Congress

18 states tap DHS for voting security help

In response to the threat of foreign interference in U.S. elections, 18 states have asked the Department of Homeland Security for advice on how to protect voting technology from cyber tampering, according to Secretary Jeh Johnson.

In testimony at a Sept. 27 hearing of the Senate Homeland Security and Governmental Affairs Committee, Johnson acknowledged efforts to penetrate voter data systems. Asked if hackers could change ballot counts, Johnson said the goal was to steal personally identifiable information.

"We have confidence in the overall integrity of our electoral [system] -- it is diverse, subject to local control, and has many checks and balance built in," Johnson said in his written statement. "However, in this environment, we must be vigilant."

DHS is providing assistance to states by conducting cyber hygiene scans on internet-facing systems and around-the-clock access to cyber incident reporting centers.

Johnson testified alongside FBI Director James Comey and Nicholas Rasmussen, director of the National Counterterrorism Center.

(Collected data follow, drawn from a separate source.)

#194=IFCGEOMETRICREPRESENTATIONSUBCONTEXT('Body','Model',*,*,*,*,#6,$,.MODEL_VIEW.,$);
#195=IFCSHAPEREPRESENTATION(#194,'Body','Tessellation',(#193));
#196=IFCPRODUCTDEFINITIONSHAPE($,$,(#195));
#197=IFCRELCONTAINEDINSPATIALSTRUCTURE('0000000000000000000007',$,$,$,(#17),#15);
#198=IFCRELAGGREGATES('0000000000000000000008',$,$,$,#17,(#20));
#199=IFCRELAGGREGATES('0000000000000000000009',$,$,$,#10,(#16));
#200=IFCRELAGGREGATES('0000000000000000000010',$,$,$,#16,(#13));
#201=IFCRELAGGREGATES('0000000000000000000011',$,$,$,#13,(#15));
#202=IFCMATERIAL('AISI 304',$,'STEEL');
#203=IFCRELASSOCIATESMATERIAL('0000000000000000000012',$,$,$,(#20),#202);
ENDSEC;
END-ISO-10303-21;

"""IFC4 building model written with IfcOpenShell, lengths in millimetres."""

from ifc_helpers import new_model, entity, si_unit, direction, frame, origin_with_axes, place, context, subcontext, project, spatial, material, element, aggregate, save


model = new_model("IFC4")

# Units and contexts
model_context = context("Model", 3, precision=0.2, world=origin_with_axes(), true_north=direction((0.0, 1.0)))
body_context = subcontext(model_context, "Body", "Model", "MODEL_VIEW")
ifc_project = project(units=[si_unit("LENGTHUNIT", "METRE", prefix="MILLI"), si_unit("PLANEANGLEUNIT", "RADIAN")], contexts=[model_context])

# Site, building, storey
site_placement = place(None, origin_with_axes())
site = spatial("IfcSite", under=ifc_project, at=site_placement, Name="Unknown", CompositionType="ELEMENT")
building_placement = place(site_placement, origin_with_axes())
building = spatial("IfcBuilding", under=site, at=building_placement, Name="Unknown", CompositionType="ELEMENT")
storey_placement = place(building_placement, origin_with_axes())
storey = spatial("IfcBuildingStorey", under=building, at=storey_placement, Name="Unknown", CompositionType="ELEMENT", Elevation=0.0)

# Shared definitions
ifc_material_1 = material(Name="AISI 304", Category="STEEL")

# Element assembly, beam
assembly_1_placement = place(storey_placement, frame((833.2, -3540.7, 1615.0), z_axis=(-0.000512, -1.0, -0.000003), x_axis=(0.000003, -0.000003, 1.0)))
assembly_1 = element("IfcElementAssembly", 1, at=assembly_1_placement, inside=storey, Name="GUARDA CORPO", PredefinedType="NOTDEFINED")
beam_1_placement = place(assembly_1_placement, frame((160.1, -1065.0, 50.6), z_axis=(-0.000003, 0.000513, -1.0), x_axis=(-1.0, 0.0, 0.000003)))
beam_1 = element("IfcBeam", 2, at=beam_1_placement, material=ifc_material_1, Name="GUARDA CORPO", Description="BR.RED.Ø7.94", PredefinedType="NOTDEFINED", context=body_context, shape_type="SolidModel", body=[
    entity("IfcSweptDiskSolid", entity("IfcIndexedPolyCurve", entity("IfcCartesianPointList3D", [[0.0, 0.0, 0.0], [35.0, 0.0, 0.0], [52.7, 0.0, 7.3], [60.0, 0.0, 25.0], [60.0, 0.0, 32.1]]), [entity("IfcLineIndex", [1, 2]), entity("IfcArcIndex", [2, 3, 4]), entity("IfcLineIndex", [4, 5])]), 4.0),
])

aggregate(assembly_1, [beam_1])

Lawmakers homed in on efforts to counter the online and social media influence of the Islamic State group, and Comey noted that although progress is being made in blocking some of its accounts with the cooperation of companies such as Twitter, militants are moving to encrypted platforms, such as Telegram, to share information and recruit followers.

"Our mission is to try to get into those spaces to see what those thugs, those savages are doing in that space," Comey told lawmakers.

Johnson also updated senators on efforts to secure federal networks using the Einstein intrusion-detection system. He said Einstein 3-Accelerated protects 65 percent of federal civilian agencies and is available at all agencies.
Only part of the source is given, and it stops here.